[[ Provided data open ]]

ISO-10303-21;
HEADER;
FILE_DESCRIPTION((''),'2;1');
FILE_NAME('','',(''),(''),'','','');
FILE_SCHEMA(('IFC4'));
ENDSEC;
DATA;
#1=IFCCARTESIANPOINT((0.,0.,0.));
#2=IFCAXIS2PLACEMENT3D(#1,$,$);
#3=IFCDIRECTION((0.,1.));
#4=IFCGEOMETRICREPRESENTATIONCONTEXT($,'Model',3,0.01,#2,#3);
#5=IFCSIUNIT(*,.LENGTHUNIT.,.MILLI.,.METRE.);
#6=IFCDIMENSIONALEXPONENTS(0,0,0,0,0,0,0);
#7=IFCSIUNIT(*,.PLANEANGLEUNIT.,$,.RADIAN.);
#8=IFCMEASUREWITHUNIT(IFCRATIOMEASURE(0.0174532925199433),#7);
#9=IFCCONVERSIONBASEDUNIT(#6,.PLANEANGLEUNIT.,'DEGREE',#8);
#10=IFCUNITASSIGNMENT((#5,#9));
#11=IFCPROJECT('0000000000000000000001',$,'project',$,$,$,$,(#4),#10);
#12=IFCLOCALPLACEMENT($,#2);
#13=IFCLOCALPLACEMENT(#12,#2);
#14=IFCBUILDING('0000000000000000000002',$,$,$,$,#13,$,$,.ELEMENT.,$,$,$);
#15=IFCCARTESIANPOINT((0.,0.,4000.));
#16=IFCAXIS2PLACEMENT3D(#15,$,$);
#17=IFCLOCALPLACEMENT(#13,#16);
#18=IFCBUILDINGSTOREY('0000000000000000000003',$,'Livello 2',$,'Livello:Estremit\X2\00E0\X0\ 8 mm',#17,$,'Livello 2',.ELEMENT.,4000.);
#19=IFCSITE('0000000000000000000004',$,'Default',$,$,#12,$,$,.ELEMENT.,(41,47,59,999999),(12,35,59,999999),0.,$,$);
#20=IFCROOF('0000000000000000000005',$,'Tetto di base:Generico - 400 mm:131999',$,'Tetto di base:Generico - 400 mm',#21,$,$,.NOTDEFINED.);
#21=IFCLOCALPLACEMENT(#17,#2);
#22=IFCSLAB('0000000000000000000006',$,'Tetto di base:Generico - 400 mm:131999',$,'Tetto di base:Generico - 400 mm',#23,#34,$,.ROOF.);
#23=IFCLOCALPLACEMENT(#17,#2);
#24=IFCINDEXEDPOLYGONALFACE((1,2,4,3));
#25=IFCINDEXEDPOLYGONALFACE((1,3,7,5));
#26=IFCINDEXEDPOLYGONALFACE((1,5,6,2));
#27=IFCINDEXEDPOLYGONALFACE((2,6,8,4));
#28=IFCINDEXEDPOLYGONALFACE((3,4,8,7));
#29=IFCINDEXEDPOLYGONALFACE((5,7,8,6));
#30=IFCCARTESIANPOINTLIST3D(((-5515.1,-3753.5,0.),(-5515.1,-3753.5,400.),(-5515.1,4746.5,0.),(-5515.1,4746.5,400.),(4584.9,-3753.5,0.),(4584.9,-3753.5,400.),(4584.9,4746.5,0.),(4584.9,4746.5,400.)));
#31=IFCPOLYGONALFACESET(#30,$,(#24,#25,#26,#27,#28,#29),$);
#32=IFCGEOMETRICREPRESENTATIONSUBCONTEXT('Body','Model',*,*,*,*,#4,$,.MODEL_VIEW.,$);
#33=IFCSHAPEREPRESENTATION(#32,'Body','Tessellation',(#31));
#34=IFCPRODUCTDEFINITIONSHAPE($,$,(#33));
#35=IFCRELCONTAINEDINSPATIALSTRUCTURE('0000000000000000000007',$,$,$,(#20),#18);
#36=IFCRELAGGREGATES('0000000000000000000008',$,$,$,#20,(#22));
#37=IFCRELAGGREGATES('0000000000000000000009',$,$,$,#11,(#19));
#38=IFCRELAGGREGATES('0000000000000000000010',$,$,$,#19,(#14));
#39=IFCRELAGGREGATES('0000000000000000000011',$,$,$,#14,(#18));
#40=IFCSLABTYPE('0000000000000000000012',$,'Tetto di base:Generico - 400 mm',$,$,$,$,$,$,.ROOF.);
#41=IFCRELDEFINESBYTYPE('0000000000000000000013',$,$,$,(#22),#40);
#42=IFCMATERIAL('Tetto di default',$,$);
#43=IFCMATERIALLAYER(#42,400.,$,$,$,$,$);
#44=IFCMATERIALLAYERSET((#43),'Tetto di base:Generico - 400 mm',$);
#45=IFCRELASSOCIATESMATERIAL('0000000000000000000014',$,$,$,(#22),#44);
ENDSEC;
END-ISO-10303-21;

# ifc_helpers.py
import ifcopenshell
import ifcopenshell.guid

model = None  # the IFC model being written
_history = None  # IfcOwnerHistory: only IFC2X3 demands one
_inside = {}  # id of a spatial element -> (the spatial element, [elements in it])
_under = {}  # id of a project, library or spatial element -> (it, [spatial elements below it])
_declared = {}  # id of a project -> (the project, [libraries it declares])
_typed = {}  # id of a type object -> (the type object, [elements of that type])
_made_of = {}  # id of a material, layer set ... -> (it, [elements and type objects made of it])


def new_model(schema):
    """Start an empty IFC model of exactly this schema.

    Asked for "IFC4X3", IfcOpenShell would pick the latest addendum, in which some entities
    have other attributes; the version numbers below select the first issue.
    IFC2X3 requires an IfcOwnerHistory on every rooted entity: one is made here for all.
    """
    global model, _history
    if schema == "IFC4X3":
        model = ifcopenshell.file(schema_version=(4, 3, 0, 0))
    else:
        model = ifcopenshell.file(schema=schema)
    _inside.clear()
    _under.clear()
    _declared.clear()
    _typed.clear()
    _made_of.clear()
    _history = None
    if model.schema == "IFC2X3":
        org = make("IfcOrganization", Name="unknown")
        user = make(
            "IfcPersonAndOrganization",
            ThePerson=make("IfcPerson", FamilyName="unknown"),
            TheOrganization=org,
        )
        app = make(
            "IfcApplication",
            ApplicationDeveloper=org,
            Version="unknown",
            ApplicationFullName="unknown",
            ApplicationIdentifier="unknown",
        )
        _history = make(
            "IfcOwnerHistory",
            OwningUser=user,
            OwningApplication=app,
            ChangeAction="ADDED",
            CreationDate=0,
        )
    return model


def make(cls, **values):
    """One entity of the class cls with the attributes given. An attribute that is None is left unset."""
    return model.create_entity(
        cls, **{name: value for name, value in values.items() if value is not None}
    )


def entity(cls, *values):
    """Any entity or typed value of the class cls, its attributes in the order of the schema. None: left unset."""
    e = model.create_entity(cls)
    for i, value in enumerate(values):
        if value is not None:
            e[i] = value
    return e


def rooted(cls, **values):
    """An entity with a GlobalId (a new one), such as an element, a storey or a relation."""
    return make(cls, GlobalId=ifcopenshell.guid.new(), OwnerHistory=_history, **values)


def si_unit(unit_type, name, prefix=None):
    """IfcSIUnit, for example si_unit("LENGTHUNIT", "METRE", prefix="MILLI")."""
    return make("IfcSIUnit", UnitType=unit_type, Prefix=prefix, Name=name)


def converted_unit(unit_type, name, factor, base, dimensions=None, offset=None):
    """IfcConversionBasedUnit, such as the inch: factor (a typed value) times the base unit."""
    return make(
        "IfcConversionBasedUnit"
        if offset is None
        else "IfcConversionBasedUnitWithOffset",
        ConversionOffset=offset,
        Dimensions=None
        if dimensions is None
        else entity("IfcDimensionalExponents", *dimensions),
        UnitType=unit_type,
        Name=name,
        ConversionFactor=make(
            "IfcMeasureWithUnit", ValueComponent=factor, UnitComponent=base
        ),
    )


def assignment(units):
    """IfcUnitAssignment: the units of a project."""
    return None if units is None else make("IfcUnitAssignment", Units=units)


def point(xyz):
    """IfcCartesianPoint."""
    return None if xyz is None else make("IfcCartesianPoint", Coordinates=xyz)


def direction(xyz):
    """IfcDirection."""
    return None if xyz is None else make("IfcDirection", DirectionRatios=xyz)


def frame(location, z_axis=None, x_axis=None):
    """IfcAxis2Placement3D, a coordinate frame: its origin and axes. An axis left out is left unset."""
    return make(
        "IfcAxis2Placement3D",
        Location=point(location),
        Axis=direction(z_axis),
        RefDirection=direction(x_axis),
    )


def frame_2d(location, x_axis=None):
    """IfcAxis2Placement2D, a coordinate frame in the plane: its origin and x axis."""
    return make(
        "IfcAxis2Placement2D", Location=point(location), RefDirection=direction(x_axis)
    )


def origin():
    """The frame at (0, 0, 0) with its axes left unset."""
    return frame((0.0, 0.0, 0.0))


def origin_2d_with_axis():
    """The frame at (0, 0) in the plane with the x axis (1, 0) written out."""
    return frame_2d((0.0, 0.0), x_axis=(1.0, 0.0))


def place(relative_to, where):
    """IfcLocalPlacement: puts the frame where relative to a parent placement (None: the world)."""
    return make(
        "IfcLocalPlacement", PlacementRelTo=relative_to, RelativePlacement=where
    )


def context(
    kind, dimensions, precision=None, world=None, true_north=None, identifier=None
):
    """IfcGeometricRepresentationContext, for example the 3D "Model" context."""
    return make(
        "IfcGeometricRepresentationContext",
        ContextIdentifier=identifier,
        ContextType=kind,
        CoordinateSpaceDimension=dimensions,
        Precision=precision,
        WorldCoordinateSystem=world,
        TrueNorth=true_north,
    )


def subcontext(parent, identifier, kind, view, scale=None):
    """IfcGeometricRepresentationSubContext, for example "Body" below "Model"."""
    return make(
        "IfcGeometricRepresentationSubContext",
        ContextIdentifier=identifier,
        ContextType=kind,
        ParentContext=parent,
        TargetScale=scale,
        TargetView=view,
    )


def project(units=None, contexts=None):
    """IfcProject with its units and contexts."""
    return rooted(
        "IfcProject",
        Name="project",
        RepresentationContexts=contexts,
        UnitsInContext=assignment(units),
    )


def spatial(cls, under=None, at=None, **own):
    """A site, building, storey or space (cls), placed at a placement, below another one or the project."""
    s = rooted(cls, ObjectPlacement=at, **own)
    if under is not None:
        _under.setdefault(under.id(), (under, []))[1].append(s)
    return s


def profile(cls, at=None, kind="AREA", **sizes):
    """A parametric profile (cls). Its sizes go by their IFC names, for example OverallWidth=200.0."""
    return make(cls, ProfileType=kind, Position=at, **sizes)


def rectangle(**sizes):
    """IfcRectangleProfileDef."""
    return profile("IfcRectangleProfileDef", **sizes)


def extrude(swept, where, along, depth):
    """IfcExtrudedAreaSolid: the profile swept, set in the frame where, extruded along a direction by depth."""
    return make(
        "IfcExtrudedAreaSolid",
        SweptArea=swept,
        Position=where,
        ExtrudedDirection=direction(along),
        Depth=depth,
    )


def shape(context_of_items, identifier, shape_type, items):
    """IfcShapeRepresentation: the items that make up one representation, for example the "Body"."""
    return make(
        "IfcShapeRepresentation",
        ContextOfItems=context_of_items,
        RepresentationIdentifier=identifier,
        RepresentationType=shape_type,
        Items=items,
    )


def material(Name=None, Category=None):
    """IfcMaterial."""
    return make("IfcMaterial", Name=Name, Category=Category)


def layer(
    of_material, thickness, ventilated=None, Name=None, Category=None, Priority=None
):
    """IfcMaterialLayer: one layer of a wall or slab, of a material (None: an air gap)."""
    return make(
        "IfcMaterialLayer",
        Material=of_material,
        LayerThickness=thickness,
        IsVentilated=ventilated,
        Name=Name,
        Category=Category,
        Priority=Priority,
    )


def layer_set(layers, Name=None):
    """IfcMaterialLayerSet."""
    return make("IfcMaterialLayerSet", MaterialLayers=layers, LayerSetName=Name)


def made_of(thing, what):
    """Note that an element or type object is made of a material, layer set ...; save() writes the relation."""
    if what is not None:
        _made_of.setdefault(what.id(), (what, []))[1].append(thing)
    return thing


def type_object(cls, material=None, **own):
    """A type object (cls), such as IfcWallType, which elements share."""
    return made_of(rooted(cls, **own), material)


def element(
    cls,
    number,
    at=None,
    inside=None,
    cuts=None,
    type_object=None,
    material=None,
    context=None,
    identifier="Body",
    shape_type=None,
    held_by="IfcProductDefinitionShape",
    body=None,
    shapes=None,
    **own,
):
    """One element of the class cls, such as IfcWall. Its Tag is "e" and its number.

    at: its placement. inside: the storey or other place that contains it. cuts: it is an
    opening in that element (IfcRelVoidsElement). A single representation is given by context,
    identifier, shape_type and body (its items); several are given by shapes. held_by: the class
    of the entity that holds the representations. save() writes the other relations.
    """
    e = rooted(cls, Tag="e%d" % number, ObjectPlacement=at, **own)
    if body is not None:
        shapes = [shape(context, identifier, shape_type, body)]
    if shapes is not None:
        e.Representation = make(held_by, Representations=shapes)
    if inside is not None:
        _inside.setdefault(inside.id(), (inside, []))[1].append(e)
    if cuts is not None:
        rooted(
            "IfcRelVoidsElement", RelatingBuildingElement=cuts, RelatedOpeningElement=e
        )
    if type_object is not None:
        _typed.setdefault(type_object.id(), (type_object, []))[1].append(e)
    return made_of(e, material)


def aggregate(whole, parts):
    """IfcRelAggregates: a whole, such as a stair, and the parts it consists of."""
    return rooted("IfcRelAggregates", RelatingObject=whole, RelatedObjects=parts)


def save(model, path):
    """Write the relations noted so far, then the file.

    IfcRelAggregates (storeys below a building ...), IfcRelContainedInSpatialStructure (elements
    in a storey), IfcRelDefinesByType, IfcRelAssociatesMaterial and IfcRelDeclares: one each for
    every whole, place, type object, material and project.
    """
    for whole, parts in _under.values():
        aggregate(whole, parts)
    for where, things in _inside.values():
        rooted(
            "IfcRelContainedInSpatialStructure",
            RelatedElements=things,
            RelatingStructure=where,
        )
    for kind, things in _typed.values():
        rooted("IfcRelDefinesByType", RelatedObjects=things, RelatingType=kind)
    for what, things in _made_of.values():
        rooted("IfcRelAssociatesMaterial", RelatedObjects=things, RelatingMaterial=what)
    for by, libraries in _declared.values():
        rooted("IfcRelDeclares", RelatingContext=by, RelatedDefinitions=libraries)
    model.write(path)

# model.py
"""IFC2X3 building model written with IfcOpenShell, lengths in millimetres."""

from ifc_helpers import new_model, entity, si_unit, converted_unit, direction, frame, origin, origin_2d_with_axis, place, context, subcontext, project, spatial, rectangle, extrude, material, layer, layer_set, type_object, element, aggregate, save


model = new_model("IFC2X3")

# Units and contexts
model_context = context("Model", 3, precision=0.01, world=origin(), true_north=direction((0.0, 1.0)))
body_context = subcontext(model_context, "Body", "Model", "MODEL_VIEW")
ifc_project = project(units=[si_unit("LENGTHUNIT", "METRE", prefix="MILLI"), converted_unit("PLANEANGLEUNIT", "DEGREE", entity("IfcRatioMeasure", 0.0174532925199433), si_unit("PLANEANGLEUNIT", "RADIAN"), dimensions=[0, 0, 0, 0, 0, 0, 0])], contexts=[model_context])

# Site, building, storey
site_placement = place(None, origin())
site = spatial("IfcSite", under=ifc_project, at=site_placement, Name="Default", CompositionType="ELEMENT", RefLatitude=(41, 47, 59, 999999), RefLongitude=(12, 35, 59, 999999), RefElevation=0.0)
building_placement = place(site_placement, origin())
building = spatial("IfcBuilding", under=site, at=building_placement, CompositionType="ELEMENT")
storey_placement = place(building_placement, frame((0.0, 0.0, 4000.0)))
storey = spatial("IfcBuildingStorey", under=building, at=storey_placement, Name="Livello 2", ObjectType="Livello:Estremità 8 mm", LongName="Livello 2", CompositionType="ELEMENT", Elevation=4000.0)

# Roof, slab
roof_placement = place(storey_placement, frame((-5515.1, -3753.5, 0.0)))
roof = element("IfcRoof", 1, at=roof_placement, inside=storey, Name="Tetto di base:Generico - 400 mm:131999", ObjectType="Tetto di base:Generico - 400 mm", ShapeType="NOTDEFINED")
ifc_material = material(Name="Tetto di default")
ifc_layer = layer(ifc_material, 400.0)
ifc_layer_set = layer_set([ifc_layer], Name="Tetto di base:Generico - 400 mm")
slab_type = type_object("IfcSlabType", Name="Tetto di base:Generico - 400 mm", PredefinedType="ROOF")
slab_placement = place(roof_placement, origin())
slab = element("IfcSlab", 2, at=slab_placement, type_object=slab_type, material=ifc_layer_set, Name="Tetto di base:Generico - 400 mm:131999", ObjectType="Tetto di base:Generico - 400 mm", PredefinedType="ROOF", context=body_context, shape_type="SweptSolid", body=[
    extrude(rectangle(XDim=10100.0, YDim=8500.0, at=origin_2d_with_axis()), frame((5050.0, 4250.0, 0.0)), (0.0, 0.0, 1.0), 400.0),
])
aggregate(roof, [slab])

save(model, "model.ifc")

[[ Provided data closed ]]

Problem to solve: Scan the records above for the word "GlobalId". Show each line in which it appears.

Answer to the problem:
    """An entity with a GlobalId (a new one), such as an element, a storey or a relation."""
    return make(cls, GlobalId=ifcopenshell.guid.new(), OwnerHistory=_history, **values)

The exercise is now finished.